Ну ладно, зато сегодня чудесный осенний день, погода будто нарочно для триатлона. Ветра нет, море спокойно. Солнце еще греет, температура — двадцать три градуса по Цельсию. Вода — идеальная. Я участвую в соревнованиях по триатлону в городе Мураками, префектура Ниигата, уже четвертый раз, но все предыдущие годы погода была ужасная. Один раз на море было такое сильное волнение, что пришлось заменить плавание пляжным бегом. Но даже когда обходилось без крайностей, всегда что-нибудь страшно мешало: то шел дождь, то из-за волн я не мог толком дышать во время заплыва, то замерзал на велосипеде от дикого холода. Преодолевая триста пятьдесят километров от Токио до Ниигаты, я пытаюсь в точнейших деталях представить свои действия и неизменно ожидаю от погоды какого-нибудь подвоха, какой-нибудь ужасной подлости. Даже в этот раз, увидев теплое и спокойное море, я первым делом подумал, что меня хотят обмануть. «Так я и поверил», — подумал я про себя. Мне было ясно, что все это сплошное притворство, западня. Что в океане я наткнусь на стаю ядовитых медуз, а на велосипедной трассе на меня нападет не успевший впасть в зимнюю спячку фрустрированный медведь.
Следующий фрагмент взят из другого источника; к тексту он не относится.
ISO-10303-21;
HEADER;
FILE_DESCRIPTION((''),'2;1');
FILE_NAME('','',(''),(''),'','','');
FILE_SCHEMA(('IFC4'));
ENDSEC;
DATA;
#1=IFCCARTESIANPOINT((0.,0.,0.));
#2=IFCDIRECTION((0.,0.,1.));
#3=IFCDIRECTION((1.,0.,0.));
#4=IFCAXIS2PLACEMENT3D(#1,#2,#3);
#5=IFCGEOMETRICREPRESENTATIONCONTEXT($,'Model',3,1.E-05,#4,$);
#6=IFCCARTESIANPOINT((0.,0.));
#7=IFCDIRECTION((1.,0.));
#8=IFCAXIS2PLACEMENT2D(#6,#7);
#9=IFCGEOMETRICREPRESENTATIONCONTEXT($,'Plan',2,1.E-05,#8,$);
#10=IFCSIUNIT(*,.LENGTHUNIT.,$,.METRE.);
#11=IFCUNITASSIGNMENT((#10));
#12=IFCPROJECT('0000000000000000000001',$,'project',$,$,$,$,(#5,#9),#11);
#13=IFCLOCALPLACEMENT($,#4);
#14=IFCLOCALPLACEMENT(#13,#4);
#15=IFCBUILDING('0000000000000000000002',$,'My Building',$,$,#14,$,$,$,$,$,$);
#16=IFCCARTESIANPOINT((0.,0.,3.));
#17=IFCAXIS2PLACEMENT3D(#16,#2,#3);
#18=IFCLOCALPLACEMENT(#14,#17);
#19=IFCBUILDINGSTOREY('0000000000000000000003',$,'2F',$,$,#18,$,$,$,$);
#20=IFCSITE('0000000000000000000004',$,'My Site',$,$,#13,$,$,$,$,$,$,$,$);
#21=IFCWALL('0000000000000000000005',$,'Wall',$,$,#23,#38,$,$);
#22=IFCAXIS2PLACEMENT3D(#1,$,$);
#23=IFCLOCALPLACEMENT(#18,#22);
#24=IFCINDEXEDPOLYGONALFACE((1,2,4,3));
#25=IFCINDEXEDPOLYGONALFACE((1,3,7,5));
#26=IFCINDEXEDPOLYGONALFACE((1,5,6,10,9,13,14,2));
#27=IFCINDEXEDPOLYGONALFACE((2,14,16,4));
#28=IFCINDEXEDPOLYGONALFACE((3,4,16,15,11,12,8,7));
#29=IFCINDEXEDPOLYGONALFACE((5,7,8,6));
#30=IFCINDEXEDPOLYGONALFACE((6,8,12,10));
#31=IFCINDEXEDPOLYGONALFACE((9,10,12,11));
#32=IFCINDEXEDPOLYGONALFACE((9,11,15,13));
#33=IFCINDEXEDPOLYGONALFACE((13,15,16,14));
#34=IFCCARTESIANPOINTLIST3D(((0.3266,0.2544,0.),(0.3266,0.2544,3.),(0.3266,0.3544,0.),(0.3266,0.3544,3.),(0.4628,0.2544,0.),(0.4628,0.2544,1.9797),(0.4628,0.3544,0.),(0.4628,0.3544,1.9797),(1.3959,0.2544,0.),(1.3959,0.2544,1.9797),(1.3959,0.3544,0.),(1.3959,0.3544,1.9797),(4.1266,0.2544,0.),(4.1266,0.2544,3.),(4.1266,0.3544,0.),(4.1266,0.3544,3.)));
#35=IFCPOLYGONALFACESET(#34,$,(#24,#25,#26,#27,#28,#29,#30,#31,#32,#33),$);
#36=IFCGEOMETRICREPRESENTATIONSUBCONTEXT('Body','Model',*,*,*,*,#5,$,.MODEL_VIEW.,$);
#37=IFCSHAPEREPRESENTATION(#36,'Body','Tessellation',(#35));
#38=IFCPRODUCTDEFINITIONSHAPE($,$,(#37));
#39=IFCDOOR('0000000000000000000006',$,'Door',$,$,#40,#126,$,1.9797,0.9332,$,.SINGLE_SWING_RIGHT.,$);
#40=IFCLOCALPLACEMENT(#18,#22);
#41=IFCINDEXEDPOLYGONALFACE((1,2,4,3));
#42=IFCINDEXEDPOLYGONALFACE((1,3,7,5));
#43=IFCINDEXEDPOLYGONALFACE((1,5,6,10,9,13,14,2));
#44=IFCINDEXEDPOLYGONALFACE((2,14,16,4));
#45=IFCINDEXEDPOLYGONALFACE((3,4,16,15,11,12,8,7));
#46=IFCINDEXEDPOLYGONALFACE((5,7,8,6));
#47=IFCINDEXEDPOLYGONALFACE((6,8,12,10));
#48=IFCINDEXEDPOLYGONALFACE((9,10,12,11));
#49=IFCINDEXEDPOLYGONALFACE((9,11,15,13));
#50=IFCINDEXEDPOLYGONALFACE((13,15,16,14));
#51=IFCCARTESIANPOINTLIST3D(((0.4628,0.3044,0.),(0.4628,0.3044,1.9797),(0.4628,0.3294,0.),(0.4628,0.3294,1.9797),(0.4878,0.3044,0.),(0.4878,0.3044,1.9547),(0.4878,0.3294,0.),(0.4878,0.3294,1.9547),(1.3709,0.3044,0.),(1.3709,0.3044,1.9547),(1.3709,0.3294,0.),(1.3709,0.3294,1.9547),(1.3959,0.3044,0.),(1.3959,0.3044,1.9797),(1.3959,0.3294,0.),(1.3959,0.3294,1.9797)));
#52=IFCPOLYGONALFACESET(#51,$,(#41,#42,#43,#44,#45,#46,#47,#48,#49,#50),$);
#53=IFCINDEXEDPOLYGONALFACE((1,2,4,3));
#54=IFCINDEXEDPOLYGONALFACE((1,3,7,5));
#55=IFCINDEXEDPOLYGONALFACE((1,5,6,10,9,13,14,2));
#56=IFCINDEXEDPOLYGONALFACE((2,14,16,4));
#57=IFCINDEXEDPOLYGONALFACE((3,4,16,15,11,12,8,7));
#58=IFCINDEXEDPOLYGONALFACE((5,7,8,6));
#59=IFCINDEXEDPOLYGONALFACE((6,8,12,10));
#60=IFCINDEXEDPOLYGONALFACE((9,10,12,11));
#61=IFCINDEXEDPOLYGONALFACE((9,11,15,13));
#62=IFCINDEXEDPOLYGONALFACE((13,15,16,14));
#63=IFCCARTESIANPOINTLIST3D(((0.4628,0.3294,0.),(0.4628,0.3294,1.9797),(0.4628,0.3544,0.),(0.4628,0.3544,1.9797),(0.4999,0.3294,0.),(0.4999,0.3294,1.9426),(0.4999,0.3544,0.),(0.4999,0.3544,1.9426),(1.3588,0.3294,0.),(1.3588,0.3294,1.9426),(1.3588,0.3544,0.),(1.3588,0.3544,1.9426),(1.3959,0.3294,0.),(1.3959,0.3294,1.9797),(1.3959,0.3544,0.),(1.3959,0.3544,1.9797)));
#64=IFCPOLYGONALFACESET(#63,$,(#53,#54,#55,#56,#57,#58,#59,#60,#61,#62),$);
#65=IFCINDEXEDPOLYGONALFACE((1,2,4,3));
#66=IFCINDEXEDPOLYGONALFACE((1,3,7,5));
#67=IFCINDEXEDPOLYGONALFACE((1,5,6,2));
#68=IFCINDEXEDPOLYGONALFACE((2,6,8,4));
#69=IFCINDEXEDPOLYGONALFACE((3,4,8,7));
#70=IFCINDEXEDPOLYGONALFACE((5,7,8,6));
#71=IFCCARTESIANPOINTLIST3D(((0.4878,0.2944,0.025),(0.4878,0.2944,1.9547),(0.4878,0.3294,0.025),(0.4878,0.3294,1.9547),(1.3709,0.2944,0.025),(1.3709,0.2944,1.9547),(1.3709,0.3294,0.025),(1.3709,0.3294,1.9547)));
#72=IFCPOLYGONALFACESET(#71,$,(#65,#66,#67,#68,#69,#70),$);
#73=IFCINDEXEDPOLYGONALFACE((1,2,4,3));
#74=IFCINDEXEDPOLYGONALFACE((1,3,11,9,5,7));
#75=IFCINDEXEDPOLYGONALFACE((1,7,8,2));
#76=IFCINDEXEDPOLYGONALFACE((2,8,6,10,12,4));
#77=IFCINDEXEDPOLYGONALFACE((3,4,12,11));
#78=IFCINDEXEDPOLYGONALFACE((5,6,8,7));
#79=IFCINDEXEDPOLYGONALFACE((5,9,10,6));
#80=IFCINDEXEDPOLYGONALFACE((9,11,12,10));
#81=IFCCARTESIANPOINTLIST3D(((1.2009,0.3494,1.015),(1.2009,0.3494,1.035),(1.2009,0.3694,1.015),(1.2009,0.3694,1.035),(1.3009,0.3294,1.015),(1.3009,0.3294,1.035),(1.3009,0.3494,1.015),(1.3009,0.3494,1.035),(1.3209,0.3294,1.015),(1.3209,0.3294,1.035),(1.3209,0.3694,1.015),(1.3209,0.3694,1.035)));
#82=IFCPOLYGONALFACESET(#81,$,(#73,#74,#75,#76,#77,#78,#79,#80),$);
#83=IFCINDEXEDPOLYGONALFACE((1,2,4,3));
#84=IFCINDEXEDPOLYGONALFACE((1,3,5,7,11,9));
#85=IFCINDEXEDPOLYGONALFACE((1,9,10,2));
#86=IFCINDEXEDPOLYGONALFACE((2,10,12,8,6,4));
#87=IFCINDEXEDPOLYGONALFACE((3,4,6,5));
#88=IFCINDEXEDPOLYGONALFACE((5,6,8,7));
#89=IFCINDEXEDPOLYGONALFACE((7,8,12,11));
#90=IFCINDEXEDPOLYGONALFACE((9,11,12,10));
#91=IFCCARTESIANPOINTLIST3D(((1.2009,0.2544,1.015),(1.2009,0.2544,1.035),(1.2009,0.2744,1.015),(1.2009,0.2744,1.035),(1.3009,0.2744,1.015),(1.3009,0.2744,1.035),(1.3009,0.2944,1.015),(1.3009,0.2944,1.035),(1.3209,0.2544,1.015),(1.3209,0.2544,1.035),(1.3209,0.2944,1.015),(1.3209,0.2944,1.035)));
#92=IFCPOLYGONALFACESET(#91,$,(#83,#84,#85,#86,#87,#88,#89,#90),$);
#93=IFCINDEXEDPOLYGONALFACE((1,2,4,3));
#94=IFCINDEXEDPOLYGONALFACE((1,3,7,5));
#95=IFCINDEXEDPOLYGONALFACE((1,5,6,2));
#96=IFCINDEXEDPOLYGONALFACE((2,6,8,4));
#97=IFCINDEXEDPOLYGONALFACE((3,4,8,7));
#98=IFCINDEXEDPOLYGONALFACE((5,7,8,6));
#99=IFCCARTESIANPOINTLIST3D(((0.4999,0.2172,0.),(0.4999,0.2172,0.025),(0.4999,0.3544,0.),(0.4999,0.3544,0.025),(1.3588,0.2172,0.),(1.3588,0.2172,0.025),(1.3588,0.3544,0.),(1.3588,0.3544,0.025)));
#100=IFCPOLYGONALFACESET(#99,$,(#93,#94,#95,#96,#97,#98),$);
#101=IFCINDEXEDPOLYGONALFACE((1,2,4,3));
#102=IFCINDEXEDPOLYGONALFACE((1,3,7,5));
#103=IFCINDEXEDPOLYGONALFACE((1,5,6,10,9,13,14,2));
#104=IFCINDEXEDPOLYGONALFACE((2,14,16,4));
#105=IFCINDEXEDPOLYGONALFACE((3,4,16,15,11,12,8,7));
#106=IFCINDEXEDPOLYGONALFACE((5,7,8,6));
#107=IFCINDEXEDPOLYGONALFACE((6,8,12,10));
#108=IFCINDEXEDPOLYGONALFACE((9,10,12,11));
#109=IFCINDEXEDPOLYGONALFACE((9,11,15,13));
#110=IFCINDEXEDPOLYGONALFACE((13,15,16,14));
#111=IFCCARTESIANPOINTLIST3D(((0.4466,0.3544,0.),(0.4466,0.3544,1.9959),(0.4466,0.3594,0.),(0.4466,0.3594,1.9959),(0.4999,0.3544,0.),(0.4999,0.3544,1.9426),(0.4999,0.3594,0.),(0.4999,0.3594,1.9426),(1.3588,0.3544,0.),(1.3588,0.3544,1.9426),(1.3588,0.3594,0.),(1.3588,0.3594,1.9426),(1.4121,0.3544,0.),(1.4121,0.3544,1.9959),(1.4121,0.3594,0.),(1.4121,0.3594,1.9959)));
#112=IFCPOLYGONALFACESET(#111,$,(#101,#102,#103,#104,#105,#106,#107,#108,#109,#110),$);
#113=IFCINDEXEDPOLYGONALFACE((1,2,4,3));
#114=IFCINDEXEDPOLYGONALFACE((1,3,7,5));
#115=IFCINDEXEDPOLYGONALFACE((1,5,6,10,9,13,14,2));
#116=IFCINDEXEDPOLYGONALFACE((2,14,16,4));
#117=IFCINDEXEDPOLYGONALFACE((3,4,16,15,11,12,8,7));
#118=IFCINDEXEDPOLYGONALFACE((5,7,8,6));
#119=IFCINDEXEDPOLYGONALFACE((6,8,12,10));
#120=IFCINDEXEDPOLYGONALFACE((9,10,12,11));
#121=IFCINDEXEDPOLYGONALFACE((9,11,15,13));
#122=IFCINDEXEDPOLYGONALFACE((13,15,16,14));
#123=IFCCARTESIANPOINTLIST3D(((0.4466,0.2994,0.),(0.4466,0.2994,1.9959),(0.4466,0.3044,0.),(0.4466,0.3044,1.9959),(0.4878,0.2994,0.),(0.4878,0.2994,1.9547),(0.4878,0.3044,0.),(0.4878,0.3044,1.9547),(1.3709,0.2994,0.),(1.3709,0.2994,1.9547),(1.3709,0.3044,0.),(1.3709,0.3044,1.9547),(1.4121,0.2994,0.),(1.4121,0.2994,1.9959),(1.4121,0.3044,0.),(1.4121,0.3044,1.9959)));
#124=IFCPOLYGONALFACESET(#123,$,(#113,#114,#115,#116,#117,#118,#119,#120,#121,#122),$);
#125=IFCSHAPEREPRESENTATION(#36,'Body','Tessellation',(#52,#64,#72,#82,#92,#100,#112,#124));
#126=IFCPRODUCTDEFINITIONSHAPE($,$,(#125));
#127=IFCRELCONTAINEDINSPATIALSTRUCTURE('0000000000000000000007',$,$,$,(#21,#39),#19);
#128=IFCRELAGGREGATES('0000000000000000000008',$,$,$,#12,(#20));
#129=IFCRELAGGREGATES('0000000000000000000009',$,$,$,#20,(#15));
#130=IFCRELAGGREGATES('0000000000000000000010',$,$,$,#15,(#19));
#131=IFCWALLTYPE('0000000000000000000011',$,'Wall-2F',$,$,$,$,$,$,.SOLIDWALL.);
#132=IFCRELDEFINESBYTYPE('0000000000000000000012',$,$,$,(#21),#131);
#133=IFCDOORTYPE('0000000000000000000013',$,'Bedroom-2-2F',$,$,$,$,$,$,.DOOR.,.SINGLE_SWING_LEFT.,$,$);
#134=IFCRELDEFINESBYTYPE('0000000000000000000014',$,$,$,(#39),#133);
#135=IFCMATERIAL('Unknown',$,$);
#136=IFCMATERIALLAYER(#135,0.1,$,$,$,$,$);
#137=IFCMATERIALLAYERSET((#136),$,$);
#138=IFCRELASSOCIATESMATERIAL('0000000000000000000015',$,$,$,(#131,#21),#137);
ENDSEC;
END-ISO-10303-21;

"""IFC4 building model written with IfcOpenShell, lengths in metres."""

from ifc_helpers import new_model, entity, si_unit, frame, origin_with_axes, origin_2d_with_axis, place, context, subcontext, project, spatial, line, indexed_curve, outline, extrude, shape, source, transform, mapped, material, layer, layer_set, layer_usage, type_object, type_shapes, element, fill, save


model = new_model("IFC4")

# Units and contexts
model_context = context("Model", 3, precision=1e-05, world=origin_with_axes())
plan_context = context("Plan", 2, precision=1e-05, world=origin_2d_with_axis())
body_context_1 = subcontext(model_context, "Body", "Model", "MODEL_VIEW")
body_context_2 = subcontext(plan_context, "Body", "Plan", "PLAN_VIEW")
ifc_project = project(units=[si_unit("LENGTHUNIT", "METRE")], contexts=[model_context, plan_context])

# Site, building, storey
site_placement = place(None, origin_with_axes())
site = spatial("IfcSite", under=ifc_project, at=site_placement, Name="My Site")
building_placement = place(site_placement, origin_with_axes())
building = spatial("IfcBuilding", under=site, at=building_placement, Name="My Building")
storey_placement = place(building_placement, frame((0.0, 0.0, 3.0), z_axis=(0.0, 0.0, 1.0), x_axis=(1.0, 0.0, 0.0)))
storey = spatial("IfcBuildingStorey", under=building, at=storey_placement, Name="2F")

# Shared definitions
ifc_material = material(Name="Unknown")

# Shared definitions
ifc_layer_1 = layer(ifc_material, 0.1)
ifc_layer_set_1 = layer_set([ifc_layer_1])
wall_type = type_object("IfcWallType", Name="Wall-2F", PredefinedType="SOLIDWALL", material=ifc_layer_set_1)

# Wall, opening, door
ifc_layer_usage_1 = layer_usage(ifc_layer_set_1, "AXIS2", "POSITIVE", 0.0)
wall_1_placement = place(storey_placement, frame((0.3266, 0.2544, 0.0), z_axis=(0.0, 0.0, 1.0), x_axis=(1.0, 0.0, 0.0)))
wall_1 = element("IfcWall", 1, at=wall_1_placement, inside=storey, type_object=wall_type, material=ifc_layer_usage_1, Name="Wall", context=body_context_1, shape_type="SweptSolid", body=[
    extrude(outline(indexed_curve([(0.0, 0.0), (0.0, 0.1), (3.8, 0.1), (3.8, 0.0)], segments=[line(1, 2, 3, 4, 1)])), origin_with_axes(), (0.0, 0.0, 1.0), 3.0),
])
shared_shape_1 = source(origin_with_axes(), body_context_1, "Body", "SweptSolid", [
А может быть, молния ударит мне прямо в темечко. Или налетит рой пчел. Или моя жена, которая ждет сейчас на финише, узнает про меня какой-нибудь секрет или даже несколько, один другого гнуснее. («Интересно, — подумал я, — а ну как у меня и правда найдутся такие секреты?») Это соревнование по триатлону в Мураками — вечный повод для беспокойства. Совершенно невозможно предугадать, что тут случится.